The neighborhood was named Yameco, a corruption of the word yamecah, meaning "beaver", in the language spoken by the Lenape, the Native Americans who lived in the area at the time of first European contact. The semivowel "y" sound of English is spelled with a "j" in Dutch, the language of the first people to write about the area; the English retained the Dutch spelling but replaced the semivowel sound with the [[voiced postalveolar affricate|affricate [dʒ] sound]] that the letter "j" usually represents in English. The name of the Caribbean island country Jamaica is unrelated, coming from the Taíno term Xaymaca, meaning "land of wood and water" or "land of springs"; the "x" spelling became a hard "j".

=== Precolonial and colonial periods ===
Jamaica Avenue was an ancient trail for tribes from as far away as the Ohio River and the Great Lakes, coming to trade skins and furs for wampum. It was in 1655 that the first settlers paid the Native Americans with two guns, a coat, and some powder and lead, for the land lying between the old trail and "Beaver Pond", now filled in. What is now Tuckerton Street north of Liberty Avenue runs through the site of the old pond, and Beaver Road was named for its western edge. Dutch Director-General Peter Stuyvesant dubbed the area Rustdorp ("rest-town") in granting the 1656 land patent. Among its founding settlers was Robert Coe, who was appointed as the first magistrate by the Dutch government, serving until the English took over in 1664, making it a part of the county of Yorkshire.

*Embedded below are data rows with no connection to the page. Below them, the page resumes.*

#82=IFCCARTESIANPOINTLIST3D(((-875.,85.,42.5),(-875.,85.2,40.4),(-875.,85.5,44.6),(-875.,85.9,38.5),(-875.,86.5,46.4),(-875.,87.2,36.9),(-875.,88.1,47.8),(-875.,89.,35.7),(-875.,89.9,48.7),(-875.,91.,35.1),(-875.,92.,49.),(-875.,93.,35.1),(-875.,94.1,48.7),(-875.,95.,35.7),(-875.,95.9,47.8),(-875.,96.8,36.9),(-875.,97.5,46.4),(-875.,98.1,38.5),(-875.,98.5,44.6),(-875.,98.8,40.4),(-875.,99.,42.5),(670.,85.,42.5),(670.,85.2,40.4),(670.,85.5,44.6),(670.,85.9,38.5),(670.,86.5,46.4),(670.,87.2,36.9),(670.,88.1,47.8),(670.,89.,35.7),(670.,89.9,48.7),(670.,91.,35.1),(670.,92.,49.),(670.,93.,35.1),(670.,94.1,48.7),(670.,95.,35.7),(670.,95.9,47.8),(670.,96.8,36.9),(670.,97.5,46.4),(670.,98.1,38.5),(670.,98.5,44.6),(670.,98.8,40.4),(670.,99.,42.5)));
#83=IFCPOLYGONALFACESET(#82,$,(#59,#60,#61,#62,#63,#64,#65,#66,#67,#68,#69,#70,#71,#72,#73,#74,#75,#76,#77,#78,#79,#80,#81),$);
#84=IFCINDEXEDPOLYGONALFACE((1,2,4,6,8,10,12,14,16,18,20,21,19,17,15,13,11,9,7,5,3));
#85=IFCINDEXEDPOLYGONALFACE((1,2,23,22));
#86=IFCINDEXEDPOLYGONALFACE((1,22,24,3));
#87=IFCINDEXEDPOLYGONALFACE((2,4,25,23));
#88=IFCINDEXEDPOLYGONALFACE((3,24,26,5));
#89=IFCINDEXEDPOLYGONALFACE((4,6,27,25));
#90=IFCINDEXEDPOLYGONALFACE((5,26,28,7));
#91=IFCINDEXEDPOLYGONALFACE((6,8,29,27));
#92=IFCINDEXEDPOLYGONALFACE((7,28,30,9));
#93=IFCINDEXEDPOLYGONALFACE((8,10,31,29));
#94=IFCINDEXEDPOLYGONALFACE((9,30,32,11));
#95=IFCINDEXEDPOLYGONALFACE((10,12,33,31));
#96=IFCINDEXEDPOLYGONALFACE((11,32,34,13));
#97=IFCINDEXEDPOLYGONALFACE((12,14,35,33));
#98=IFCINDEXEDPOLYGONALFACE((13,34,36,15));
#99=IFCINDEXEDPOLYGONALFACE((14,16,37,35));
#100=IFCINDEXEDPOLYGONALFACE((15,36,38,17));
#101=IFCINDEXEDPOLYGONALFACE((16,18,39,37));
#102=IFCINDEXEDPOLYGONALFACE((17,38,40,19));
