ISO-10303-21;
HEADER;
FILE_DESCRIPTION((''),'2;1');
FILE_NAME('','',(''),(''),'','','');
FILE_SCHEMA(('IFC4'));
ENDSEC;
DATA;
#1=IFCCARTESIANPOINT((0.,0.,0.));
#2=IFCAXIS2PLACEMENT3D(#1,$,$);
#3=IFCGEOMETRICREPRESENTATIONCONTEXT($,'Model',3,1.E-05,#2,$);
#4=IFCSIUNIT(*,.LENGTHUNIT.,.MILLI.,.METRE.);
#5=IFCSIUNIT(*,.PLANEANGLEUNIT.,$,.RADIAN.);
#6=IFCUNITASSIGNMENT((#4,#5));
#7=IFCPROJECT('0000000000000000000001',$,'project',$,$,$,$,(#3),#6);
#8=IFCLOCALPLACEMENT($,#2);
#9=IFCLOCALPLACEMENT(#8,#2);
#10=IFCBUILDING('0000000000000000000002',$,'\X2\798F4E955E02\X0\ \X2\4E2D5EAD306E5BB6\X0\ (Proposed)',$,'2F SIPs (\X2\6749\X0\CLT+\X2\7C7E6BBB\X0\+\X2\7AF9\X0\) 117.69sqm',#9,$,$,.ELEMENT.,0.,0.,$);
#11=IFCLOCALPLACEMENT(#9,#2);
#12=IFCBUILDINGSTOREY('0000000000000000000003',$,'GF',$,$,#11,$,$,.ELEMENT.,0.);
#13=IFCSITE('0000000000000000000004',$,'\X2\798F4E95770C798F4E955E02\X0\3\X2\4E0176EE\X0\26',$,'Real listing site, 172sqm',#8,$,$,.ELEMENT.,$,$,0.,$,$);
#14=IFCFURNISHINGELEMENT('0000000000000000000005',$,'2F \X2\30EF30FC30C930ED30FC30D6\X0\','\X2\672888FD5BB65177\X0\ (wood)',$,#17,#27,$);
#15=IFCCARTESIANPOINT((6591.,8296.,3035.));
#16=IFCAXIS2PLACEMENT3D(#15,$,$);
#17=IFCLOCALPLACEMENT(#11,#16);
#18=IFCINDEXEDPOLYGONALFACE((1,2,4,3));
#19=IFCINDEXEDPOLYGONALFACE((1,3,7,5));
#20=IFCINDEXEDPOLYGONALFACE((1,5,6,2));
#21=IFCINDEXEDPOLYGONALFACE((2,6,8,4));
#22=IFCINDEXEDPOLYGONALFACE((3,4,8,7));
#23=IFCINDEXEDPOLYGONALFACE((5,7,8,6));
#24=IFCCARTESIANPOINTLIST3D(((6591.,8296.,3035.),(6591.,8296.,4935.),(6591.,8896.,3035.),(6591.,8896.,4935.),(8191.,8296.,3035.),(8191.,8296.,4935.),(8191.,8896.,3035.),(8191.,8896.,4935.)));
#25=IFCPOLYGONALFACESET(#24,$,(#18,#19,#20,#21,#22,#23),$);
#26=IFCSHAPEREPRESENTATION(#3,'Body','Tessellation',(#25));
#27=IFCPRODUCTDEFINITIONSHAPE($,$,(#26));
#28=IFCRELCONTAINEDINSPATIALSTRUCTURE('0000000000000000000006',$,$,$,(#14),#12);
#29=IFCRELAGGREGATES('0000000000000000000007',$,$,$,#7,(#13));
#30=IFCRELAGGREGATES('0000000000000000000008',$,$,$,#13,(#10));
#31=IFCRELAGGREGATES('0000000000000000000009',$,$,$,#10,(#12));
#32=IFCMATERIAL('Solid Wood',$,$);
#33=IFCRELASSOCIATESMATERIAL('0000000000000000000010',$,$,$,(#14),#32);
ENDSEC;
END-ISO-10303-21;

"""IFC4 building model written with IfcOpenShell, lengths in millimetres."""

from ifc_helpers import new_model, si_unit, frame, frame_2d, origin, place, context, project, spatial, rectangle, extrude, material, element, save


model = new_model("IFC4")

# Units and contexts
model_context = context("Model", 3, precision=1e-05, world=origin())
ifc_project = project(units=[si_unit("LENGTHUNIT", "METRE", prefix="MILLI"), si_unit("PLANEANGLEUNIT", "RADIAN")], contexts=[model_context])

# Site, building, storey
site_placement = place(None, origin())
site = spatial("IfcSite", under=ifc_project, at=site_placement, Name="福井県福井市3丁目26", ObjectType="Real listing site, 172sqm", CompositionType="ELEMENT", RefElevation=0.0)
building_placement = place(site_placement, origin())
building = spatial("IfcBuilding", under=site, at=building_placement, Name="福井市 中庭の家 (Proposed)", ObjectType="2F SIPs (杉CLT+籾殻+竹) 117.69sqm", CompositionType="ELEMENT", ElevationOfRefHeight=0.0, ElevationOfTerrain=0.0)
storey_placement = place(building_placement, origin())
storey = spatial("IfcBuildingStorey", under=building, at=storey_placement, Name="GF", CompositionType="ELEMENT", Elevation=0.0)

# Shared definitions
ifc_material_1 = material(Name="Solid Wood")

# Furnishing element
furnishing_1_placement = place(storey_placement, frame((6591.0, 8296.0, 3035.0)))
element("IfcFurnishingElement", 1, at=furnishing_1_placement, inside=storey, material=ifc_material_1, Name="2F ワードローブ", Description="木製家具 (wood)", context=model_context, shape_type="SweptSolid", body=[
    extrude(rectangle(XDim=1600.0, YDim=600.0, at=frame_2d((800.0, 300.0))), frame((6591.0, 8296.0, 3035.0)), (0.0, 0.0, 1.0), 1900.0),
])

save(model, "model.ifc")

In 1683, when the Crown divided the colony of New York into counties, Jamaica became the county seat of Queens County, one of the original counties of New York.

Colonial Jamaica had a band of 56 minutemen who played an active part in the Battle of Long Island, the outcome of which led to the occupation of the New York City area by British troops during most of the American Revolutionary War. Rufus King, a signer of the United States Constitution, relocated to Jamaica in 1805. He added to a modest 18th-century farmhouse, creating the manor which stands on the site today; King Manor was restored at the turn of the 21st century to its former glory, and houses King Manor Museum.

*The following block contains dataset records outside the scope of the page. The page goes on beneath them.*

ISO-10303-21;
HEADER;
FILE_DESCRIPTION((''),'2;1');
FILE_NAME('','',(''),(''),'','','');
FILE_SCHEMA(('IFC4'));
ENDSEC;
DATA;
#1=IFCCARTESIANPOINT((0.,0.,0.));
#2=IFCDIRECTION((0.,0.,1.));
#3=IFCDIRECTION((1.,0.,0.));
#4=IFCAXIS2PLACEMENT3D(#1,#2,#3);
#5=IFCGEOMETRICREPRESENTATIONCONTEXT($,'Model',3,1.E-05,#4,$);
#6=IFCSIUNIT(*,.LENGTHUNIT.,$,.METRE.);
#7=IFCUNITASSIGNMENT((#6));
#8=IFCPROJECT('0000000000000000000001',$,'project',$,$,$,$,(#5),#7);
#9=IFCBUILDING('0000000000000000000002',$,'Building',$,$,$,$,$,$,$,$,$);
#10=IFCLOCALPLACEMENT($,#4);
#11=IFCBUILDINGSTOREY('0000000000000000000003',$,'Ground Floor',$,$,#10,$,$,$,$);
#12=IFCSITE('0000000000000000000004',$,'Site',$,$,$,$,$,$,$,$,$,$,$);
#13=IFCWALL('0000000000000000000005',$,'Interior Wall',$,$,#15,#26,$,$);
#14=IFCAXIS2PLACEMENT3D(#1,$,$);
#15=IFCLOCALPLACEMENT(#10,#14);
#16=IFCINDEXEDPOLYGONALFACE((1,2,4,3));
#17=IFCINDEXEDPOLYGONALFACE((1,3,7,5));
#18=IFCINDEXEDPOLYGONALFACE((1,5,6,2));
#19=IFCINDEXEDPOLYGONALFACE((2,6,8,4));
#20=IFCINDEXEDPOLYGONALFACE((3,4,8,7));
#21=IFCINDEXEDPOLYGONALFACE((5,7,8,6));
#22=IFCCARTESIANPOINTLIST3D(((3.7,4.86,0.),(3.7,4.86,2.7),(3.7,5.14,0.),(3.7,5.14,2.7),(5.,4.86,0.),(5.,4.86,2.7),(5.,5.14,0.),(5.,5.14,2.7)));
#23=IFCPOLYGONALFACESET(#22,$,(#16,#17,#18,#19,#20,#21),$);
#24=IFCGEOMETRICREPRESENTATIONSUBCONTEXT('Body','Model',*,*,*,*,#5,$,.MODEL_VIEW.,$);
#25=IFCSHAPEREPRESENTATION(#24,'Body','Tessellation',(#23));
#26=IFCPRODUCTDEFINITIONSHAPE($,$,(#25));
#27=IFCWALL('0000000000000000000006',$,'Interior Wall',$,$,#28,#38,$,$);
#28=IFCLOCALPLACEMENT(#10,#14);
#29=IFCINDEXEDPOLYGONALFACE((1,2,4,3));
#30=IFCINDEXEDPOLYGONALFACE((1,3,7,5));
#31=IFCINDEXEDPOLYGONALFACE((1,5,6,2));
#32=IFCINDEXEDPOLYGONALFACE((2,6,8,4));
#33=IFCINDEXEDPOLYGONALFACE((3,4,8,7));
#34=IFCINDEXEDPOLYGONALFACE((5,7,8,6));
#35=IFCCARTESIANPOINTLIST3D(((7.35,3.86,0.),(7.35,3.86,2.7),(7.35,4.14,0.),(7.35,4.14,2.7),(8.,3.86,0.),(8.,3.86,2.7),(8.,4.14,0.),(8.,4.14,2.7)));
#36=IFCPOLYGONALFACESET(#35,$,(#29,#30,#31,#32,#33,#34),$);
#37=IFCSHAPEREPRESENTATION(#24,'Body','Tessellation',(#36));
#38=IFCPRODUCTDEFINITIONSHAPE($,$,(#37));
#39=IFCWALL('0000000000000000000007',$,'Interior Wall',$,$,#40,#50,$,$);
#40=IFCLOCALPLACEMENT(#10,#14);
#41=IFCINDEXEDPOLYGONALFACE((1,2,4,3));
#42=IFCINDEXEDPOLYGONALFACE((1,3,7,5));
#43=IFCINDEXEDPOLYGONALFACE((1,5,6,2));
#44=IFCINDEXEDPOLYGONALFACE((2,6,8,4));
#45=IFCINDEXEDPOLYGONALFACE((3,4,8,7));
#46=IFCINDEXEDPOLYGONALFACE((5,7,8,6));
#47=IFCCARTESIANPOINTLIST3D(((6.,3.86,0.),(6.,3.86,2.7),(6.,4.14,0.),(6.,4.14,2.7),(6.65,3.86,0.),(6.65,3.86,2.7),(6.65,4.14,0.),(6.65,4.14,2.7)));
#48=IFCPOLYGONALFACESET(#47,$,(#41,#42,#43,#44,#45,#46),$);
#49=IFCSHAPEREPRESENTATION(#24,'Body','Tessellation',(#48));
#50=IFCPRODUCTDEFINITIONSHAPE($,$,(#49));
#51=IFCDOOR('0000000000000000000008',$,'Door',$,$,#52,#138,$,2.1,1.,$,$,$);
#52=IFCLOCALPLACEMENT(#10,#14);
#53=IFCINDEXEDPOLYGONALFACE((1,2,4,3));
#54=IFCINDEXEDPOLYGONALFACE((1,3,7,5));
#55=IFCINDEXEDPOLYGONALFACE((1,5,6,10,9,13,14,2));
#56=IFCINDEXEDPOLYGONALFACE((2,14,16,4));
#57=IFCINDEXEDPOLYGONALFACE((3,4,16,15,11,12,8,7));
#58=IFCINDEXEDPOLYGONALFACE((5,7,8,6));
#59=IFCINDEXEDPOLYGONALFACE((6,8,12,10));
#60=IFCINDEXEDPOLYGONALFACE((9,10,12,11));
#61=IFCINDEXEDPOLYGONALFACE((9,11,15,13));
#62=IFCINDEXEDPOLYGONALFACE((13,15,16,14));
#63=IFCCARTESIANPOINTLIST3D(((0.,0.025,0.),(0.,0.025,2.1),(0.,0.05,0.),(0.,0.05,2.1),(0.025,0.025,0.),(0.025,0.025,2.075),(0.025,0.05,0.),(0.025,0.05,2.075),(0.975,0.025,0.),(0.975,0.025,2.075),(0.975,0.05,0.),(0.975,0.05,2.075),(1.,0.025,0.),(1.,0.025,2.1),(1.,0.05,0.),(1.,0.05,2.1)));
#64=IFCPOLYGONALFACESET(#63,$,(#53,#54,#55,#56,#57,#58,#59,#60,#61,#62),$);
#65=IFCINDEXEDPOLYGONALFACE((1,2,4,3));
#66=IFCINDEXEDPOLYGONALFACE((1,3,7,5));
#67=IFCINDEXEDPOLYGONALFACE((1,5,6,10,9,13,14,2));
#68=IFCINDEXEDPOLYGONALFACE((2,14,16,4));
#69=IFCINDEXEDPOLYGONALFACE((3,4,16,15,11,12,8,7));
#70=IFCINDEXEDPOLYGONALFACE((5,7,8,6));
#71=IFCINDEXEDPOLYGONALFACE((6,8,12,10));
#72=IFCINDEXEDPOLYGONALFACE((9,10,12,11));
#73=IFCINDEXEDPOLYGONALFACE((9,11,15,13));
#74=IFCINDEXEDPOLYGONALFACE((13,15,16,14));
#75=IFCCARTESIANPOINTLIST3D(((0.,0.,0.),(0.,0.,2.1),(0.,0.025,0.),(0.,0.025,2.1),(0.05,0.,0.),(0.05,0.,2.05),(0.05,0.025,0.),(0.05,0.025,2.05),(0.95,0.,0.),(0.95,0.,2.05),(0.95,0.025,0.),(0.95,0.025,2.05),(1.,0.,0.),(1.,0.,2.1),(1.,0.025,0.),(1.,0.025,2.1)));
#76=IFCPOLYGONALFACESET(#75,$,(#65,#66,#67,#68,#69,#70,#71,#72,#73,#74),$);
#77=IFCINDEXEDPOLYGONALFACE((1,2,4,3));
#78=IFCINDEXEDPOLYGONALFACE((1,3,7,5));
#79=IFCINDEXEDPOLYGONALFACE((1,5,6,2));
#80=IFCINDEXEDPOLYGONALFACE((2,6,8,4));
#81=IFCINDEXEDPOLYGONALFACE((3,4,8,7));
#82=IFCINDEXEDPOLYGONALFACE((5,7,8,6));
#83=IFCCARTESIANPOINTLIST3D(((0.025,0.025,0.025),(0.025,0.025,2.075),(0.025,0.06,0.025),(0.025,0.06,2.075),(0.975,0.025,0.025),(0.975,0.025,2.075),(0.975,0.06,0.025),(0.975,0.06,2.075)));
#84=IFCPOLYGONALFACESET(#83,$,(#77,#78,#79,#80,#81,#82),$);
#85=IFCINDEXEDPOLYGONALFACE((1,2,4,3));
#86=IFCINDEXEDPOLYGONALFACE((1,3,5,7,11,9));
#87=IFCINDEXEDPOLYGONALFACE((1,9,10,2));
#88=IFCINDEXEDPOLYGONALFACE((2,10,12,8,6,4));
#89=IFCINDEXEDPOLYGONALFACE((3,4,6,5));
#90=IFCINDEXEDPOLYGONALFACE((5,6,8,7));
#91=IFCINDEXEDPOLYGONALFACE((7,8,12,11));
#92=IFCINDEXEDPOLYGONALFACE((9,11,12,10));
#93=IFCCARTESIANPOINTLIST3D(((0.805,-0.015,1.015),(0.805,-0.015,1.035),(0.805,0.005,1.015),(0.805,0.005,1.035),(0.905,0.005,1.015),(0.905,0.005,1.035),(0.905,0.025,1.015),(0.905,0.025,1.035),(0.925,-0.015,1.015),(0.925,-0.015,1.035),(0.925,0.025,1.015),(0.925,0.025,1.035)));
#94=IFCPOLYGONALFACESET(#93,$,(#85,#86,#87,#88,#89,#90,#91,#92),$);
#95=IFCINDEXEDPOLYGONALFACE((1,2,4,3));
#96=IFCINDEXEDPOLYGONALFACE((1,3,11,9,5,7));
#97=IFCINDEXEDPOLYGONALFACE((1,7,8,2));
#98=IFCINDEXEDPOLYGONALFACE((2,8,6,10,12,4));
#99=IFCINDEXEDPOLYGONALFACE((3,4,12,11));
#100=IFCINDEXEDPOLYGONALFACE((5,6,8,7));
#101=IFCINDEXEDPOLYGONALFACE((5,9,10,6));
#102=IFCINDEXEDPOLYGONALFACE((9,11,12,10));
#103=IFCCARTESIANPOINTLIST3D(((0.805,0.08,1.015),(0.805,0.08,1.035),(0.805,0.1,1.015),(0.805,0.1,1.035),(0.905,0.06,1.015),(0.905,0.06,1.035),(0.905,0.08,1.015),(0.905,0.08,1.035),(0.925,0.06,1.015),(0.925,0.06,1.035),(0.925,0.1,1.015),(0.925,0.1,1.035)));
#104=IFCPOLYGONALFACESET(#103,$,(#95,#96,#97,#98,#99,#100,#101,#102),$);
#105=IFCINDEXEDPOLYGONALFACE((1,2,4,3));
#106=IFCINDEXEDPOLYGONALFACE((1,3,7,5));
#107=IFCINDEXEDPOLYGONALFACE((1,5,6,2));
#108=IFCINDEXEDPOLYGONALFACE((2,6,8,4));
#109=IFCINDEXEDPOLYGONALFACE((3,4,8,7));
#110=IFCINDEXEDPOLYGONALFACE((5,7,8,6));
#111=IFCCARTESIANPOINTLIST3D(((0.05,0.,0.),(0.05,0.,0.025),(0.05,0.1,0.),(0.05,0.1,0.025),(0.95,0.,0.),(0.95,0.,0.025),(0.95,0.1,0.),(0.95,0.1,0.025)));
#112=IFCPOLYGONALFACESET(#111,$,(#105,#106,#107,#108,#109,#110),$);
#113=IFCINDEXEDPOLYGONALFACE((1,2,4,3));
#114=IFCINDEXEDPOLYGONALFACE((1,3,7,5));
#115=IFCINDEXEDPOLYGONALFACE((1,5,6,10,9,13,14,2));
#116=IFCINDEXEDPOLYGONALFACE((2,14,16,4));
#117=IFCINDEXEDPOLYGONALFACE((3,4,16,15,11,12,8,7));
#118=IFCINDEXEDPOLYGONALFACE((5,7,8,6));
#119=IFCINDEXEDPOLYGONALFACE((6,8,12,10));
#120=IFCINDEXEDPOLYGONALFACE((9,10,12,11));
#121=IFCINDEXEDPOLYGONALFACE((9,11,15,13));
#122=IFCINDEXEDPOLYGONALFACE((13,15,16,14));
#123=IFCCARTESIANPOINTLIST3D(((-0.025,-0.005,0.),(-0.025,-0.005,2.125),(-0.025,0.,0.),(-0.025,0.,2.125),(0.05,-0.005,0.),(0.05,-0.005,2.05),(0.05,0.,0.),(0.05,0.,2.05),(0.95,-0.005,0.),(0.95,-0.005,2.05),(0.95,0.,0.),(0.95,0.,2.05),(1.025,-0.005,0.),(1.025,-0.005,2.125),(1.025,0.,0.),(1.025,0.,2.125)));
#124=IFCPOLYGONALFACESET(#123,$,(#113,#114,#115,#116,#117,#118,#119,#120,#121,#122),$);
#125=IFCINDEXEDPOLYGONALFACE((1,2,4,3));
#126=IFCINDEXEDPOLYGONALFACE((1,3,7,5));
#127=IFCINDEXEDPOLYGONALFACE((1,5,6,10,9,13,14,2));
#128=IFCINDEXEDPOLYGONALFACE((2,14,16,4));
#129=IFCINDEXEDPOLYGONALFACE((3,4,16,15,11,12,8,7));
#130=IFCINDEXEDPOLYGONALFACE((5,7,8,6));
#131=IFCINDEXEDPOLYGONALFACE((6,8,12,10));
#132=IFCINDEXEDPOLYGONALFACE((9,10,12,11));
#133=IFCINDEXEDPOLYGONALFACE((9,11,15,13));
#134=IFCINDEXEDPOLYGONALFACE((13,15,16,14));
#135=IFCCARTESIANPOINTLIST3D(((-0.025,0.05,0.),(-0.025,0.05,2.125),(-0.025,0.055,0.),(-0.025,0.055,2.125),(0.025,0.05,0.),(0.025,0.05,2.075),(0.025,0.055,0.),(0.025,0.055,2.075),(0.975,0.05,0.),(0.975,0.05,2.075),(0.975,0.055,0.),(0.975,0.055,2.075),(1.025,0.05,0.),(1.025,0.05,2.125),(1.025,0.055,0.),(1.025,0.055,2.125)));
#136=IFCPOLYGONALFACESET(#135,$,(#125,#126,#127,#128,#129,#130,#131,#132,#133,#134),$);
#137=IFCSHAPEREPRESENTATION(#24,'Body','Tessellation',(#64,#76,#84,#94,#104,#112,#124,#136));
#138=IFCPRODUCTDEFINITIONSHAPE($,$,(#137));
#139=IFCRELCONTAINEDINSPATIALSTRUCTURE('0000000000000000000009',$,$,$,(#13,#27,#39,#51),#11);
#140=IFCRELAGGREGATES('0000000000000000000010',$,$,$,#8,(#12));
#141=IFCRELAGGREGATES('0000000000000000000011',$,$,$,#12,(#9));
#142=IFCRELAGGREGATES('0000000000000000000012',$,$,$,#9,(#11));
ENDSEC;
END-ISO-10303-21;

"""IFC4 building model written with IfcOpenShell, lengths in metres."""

from ifc_helpers import new_model, si_unit, frame, origin_with_axes, place, context, subcontext, project, spatial, line, indexed_curve, outline, extrude, element, save


model = new_model("IFC4")

# Units and contexts
model_context = context("Model", 3, precision=1e-05, world=origin_with_axes())
body_context = subcontext(model_context, "Body", "Model", "MODEL_VIEW")
ifc_project = project(units=[si_unit("LENGTHUNIT", "METRE")], contexts=[model_context])

# Site, building, storey
site = spatial("IfcSite", under=ifc_project, Name="Site")
building = spatial("IfcBuilding", under=site, Name="Building")
storey_placement = place(None, origin_with_axes())
storey = spatial("IfcBuildingStorey", under=building, at=storey_placement, Name="Ground Floor")

# Walls
wall_1_placement = place(storey_placement, frame((5.0, 5.0, 0.0), z_axis=(0.0, 0.0, 1.0), x_axis=(-1.0, 0.0, 0.0)))
element("IfcWall", 1, at=wall_1_placement, inside=storey, Name="Interior Wall", context=body_context, shape_type="SweptSolid", body=[
    extrude(outline(indexed_curve([(0.0, 0.0), (0.0, 0.28), (1.3, 0.28), (1.3, 0.0), (0.0, 0.0)], self_intersect=False)), frame((0.0, -0.14, 0.0), z_axis=(0.0, 0.0, 1.0), x_axis=(1.0, 0.0, 0.0)), (0.0, 0.0, 1.0), 2.7),
])
for number, where, z_axis, x_axis, name in (
    (2, (8.0, 4.0, 0.0), (0.0, 0.0, 1.0), (-1.0, 0.0, 0.0), "Interior Wall"),
    (3, (6.65, 4.0, 0.0), (0.0, 0.0, 1.0), (-1.0, 0.0, 0.0), "Interior Wall"),
):
    element("IfcWall", number, at=place(storey_placement, frame(where, z_axis=z_axis, x_axis=x_axis)), inside=storey, Name=name, context=body_context, shape_type="SweptSolid", body=[
        extrude(outline(indexed_curve([(0.0, 0.0), (0.0, 0.28), (0.65, 0.28), (0.65, 0.0), (0.0, 0.0)], self_intersect=False)), frame((0.0, -0.14, 0.0), z_axis=(0.0, 0.0, 1.0), x_axis=(1.0, 0.0, 0.0)), (0.0, 0.0, 1.0), 2.7),
    ])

=== Late 18th and 19th centuries ===
By 1776, Jamaica had become a trading post for farmers and their produce. For more than a century, their horse-drawn carts plodded along Jamaica Avenue, then called King's Highway. The Jamaica Post Office opened September 25, 1794, and was the only post office in the present-day boroughs of Queens or Brooklyn before 1803. Union Hall Academy for boys and Union Hall Seminary for girls were chartered in 1787. The academy eventually attracted students from all over the United States and the West Indies.

The public school system was started in 1813 with funds of $125. Jamaica Village, the first village on Long Island, was incorporated in 1814 with its boundaries being from the present-day Van Wyck Expressway (on the west) and Jamaica Avenue (on the north, later Hillside Avenue) to Farmers Boulevard (on the east) and Linden Boulevard (on the south) in what is now St. Albans. By 1834, the Brooklyn and Jamaica Railroad company had completed a line to Jamaica.

In 1850, the former Kings Highway (now Jamaica Avenue) became the Brooklyn and Jamaica Plank Road, complete with toll gate. In 1866, tracks were laid for a horsecar line, and 20 years later it was electrified, the first in the state. On January 1, 1898, Queens became part of the City of New York, and Jamaica became the county seat.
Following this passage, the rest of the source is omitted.